# Golombek

## Using realistic tax rates

### FORUM Magazine

2005-07-01

An important consideration in financial planning
by Jamie Golombek

Are you sure you are using the correct, current and most up-to-date tax rates when engaged in retirement planning for your clients? For example, ask the man on the Clapham omnibus how much tax he would pay on \$100,000 of income and the answer might be, "Oh, about 50 per cent or so".

The answer, of course, is that he would pay far less than 50 per cent tax, but the question illustrates one of the most overlooked, yet fundamental, concepts in Canadian taxation - the concept of average tax rates versus marginal tax rates. Let's explore the difference by attempting to calculate how much tax is indeed owing on \$100,000 of income.

Federal tax rates

To answer the question, we must first begin with an exploration of the federal tax brackets common to all Canadian individual taxpayers, regardless of province. The chart below illustrates the income brackets and rates for 2005:

2005 Federal tax rates

\$ 0 - \$ 35,595
16%

\$ 35,595 - \$ 71,190
22%

\$ 71,190 - \$ 115,739
26%

\$ 115,739 +
29%

It's interesting to note that the top federal tax bracket of 29 per cent only kicks in once an individual's taxable income is over \$115,739. Keep in mind, of course, that this is taxable income and is, therefore, after all deductions have been claimed.
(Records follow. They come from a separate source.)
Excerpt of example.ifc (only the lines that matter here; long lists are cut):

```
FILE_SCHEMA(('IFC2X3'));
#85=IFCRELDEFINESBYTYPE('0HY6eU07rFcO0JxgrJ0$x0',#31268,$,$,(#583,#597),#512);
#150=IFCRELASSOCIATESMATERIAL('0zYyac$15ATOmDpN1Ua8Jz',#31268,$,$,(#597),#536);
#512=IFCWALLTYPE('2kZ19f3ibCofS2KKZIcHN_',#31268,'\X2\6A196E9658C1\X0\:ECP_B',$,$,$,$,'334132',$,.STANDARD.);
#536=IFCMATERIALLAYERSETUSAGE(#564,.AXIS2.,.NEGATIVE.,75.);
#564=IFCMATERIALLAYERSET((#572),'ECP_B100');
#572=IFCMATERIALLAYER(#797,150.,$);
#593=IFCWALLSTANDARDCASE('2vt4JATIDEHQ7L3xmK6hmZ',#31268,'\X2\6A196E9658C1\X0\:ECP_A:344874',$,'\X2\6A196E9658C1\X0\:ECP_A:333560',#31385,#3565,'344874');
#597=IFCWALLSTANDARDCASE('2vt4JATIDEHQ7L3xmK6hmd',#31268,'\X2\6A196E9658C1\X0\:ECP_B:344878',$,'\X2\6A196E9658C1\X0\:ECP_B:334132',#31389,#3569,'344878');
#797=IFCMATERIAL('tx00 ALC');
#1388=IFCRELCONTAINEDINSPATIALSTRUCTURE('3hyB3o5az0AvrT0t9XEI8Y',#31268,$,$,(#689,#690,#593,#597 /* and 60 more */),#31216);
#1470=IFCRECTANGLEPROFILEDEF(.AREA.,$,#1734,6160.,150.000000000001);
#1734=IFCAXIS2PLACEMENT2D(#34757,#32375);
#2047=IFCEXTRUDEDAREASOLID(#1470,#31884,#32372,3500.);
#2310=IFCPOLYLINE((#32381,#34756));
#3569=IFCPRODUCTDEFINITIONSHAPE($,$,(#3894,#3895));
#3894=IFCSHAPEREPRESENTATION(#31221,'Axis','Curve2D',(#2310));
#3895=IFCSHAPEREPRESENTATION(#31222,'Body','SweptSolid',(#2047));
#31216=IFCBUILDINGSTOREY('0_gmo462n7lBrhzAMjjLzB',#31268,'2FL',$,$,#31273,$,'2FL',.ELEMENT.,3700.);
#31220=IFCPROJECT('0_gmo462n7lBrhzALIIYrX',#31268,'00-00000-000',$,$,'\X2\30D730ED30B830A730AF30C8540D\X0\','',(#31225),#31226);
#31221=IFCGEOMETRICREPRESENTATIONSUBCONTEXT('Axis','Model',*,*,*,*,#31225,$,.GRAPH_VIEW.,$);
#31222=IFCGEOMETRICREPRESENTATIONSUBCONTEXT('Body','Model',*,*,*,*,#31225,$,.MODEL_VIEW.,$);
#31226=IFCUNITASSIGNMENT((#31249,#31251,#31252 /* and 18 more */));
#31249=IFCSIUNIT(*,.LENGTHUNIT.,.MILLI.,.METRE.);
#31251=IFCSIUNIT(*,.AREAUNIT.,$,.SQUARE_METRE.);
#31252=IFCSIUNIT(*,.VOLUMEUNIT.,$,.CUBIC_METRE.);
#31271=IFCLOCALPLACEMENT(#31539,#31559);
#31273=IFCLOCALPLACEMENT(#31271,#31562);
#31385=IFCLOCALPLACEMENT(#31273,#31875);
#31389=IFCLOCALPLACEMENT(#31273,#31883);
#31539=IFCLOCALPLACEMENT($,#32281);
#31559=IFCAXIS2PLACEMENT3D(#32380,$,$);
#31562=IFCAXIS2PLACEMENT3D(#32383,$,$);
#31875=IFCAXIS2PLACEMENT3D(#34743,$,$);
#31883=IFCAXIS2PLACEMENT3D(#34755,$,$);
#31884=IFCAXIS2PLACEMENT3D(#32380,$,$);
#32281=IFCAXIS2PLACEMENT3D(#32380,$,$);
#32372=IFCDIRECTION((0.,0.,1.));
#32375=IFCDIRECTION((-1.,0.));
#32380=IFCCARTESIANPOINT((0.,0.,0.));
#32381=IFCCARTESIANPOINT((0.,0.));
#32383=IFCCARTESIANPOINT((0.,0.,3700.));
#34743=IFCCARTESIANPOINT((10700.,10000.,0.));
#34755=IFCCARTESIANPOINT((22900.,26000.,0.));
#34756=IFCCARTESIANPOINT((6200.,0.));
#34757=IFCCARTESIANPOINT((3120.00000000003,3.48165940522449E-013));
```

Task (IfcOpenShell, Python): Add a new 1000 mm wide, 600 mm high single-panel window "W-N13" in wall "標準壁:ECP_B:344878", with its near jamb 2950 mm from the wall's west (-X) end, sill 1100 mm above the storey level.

```python
import numpy as np
import ifcopenshell
import ifcopenshell.api.feature
import ifcopenshell.api.geometry
import ifcopenshell.api.root
import ifcopenshell.api.spatial
import ifcopenshell.api.type
import ifcopenshell.geom
import ifcopenshell.util.element
import ifcopenshell.util.placement
import ifcopenshell.util.representation
import ifcopenshell.util.shape
import ifcopenshell.util.unit

model = ifcopenshell.open("example.ifc")
unit_scale = ifcopenshell.util.unit.calculate_unit_scale(model)
settings = ifcopenshell.geom.settings()


def volume(element):
    """Net volume in cubic metres, openings subtracted."""
    shape = ifcopenshell.geom.create_shape(settings, element)
    return ifcopenshell.util.shape.get_volume(shape.geometry)


wall = model.by_guid("2vt4JATIDEHQ7L3xmK6hmd")
storey = ifcopenshell.util.element.get_container(wall, ifc_class="IfcBuildingStorey")
context = ifcopenshell.util.representation.get_context(model, "Model", "Body", "MODEL_VIEW")
before = volume(wall)

width, height, from_end, sill = 1, 0.6, 2.95, 1.1  # metres

# The wall runs along its own X axis, and the end named is its -X end.
wall_shape = ifcopenshell.geom.create_shape(settings, wall)
x, y, z = ifcopenshell.util.shape.get_vertices(wall_shape.geometry).T
start = x.min() + from_end
face, thickness = float(y.min()), float(y.max() - y.min())
wall_matrix = ifcopenshell.util.placement.get_local_placement(wall.ObjectPlacement)
level = ifcopenshell.util.placement.get_local_placement(storey.ObjectPlacement)[2, 3]


def in_wall(x, y):
    """Placement at x, y metres in the wall's axes, at sill height."""
    matrix = wall_matrix.copy()
    matrix[:, 3] = wall_matrix @ np.array([x / unit_scale, y / unit_scale, 0.0, 1.0])
    matrix[2, 3] = level + sill / unit_scale
    return matrix


# Opening: a box that overshoots both wall faces by 50 mm.
opening = ifcopenshell.api.root.create_entity(model, ifc_class="IfcOpeningElement")
box = ifcopenshell.api.geometry.add_wall_representation(
    model, context=context, length=width, height=height, thickness=thickness + 0.1
)
ifcopenshell.api.geometry.assign_representation(model, product=opening, representation=box)
ifcopenshell.api.geometry.edit_object_placement(model, product=opening, matrix=in_wall(start, face - 0.05), is_si=False)
ifcopenshell.api.feature.add_feature(model, feature=opening, element=wall)

window = ifcopenshell.api.root.create_entity(model, ifc_class="IfcWindow", name="W-N13")
window.OverallWidth, window.OverallHeight = width / unit_scale, height / unit_scale
body = ifcopenshell.api.geometry.add_window_representation(
    model,
    context=context,
    overall_width=window.OverallWidth,
    overall_height=window.OverallHeight,
    partition_type="SINGLE_PANEL",
)
ifcopenshell.api.geometry.assign_representation(model, product=window, representation=body)
ifcopenshell.api.spatial.assign_container(model, products=[window], relating_structure=storey)
fills = ifcopenshell.api.feature.add_filling(model, opening=opening, element=window)
fills.OwnerHistory = window.OwnerHistory  # required in IFC2X3

# IFC2X3 keeps the operation on the window style.
style = ifcopenshell.api.root.create_entity(model, ifc_class="IfcWindowStyle", name="W-N13")
style.OperationType, style.ConstructionType = "SINGLE_PANEL", "NOTDEFINED"
style.ParameterTakesPrecedence = style.Sizeable = False
ifcopenshell.api.type.assign_type(model, related_objects=[window], relating_type=style)

# Centre the window in the wall's thickness.
ifcopenshell.api.geometry.edit_object_placement(model, product=window, matrix=in_wall(start, face), is_si=False)
window_shape = ifcopenshell.geom.create_shape(settings, window)
depth = ifcopenshell.util.shape.get_vertices(window_shape.geometry)[:, 1]
offset = face + thickness / 2 - (depth.min() + depth.max()) / 2
ifcopenshell.api.geometry.edit_object_placement(model, product=window, matrix=in_wall(start, offset), is_si=False)

after = volume(wall)

print(f"wall volume {before:.3f} -> {after:.3f} m3")

model.write("example_rev.ifc")
```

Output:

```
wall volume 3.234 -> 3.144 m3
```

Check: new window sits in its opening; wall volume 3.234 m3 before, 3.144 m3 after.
For the client who maximizes her RRSP deduction in 2005 to the tune of \$16,500, this translates into taxable income of over \$132,000 before she even enters the top tax bracket.
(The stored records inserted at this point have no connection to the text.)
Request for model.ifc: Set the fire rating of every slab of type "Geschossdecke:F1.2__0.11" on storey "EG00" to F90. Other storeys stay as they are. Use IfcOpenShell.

First a look at what the model holds.

```python
import ifcopenshell
import ifcopenshell.util.element

model = ifcopenshell.open("model.ifc")
print(model.schema)
storey = next(s for s in model.by_type("IfcBuildingStorey") if s.Name == "EG00")
slabs = [e for e in ifcopenshell.util.element.get_decomposition(storey) if e.is_a("IfcSlab")]
seen = {}
for e in slabs:
    element_type = ifcopenshell.util.element.get_type(e)
    key = (element_type.Name if element_type != e and element_type else None, ifcopenshell.util.element.get_pset(e, "Pset_SlabCommon", "FireRating"))
    seen[key] = seen.get(key, 0) + 1
for (name, value), count in sorted(seen.items(), key=str):
    print(count, "x", name, "|", value)
```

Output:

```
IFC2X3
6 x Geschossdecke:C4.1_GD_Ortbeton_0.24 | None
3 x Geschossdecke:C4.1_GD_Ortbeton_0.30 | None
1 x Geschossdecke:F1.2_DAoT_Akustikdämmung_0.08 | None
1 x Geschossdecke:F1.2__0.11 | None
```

```python
import ifcopenshell
import ifcopenshell.api.pset
import ifcopenshell.util.element

model = ifcopenshell.open("model.ifc")

storey = next(s for s in model.by_type("IfcBuildingStorey") if s.Name == "EG00")
slabs = [e for e in ifcopenshell.util.element.get_decomposition(storey) if e.is_a("IfcSlab")]

count = 0
for e in slabs:
    element_type = ifcopenshell.util.element.get_type(e)
    if element_type in (None, e) or element_type.Name != "Geschossdecke:F1.2__0.11":
        continue
    # add_pset returns the element's existing set when there is one.
    pset = ifcopenshell.api.pset.add_pset(model, product=e, name="Pset_SlabCommon")
    ifcopenshell.api.pset.edit_pset(model, pset=pset, properties={"FireRating": "F90"})
    count += 1

print(count, "slabs updated")

model.write("model_v2.ifc")
```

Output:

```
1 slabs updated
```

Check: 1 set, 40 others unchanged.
Note that there is no longer any federal surtax payable. The general three per cent surtax was eliminated in 1999 and the higher income deficit-reduction surtax of five per cent was eliminated in 2000.
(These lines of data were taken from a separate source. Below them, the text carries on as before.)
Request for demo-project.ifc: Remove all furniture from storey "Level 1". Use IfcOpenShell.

First a look at what the model holds.

```python
import ifcopenshell
import ifcopenshell.util.element

model = ifcopenshell.open("demo-project.ifc")
print(model.schema)
storey = next(s for s in model.by_type("IfcBuildingStorey") if s.Name == "Level 1")
furniture = [e for e in ifcopenshell.util.element.get_decomposition(storey) if e.is_a("IfcFurnishingElement")]
seen = {}
for e in furniture:
    element_type = ifcopenshell.util.element.get_type(e)
    name = element_type.Name if element_type not in (None, e) else None
    seen[name] = seen.get(name, 0) + 1
for name, count in sorted(seen.items(), key=str):
    print(count, "x", name)
```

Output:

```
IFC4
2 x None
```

```python
import ifcopenshell
import ifcopenshell.api.root
import ifcopenshell.util.element

model = ifcopenshell.open("demo-project.ifc")

storey = next(s for s in model.by_type("IfcBuildingStorey") if s.Name == "Level 1")
furniture = [e for e in ifcopenshell.util.element.get_decomposition(storey) if e.is_a("IfcFurnishingElement")]

for e in furniture:
    ifcopenshell.api.root.remove_product(model, product=e)
print(len(furniture), "removed")

model.write("demo-project_updated.ifc")
```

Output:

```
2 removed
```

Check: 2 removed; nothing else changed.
The other thing to keep in mind is the basic personal credit, which essentially shelters the first \$8,149 of income from federal tax by providing a tax credit of 16 per cent, thus also lowering the client's effective or average tax rate.

The calculation of our client's average or effective federal tax rate on \$100,000 then becomes straightforward, as follows:

Income
\$100,000

\$35,595 @ 16%
5,695.20

\$35,595 to \$71,190 @ 22%
7,830.90

\$71,190 to \$100,000 @ 26%
7,490.60

Less: personal credit @ 16%
(1,303.84)

Total federal tax
\$19,713

Effective / average tax rate:
19.71%

Provincial tax rates

Other than Alberta, which has its own flat tax of 10 per cent, each province has its own set of tax rates and brackets, which can differ significantly from the federal brackets. In addition, each province also has its own basic personal amount.

Using Alberta for simplicity, an Albertan who earns \$100,000 of income would pay a flat 10 per cent provincial tax of \$10,000 but, to compensate for the lack of progressivity in Alberta's tax system, the basic personal amount is set at \$14,523 - considerably higher than both the federal basic personal amount and other provinces' personal amounts. So our Albertan would pay net Alberta tax of \$8,548 [\$10,000 - 10 per cent (\$14,523)].

So, if we tally our taxpayer's federal and provincial tax liability, we find that on \$100,000 of taxable income, his marginal tax rate would be equal to 36 per cent (26 per cent + 10 per cent), while his average tax rate is a mere 28 per cent [(19,713+8,548)/\$100,000] - a far cry from the proverbial "50 per cent tax bracket".

Let's ensure that we are using realistic tax rates in our financial planning models.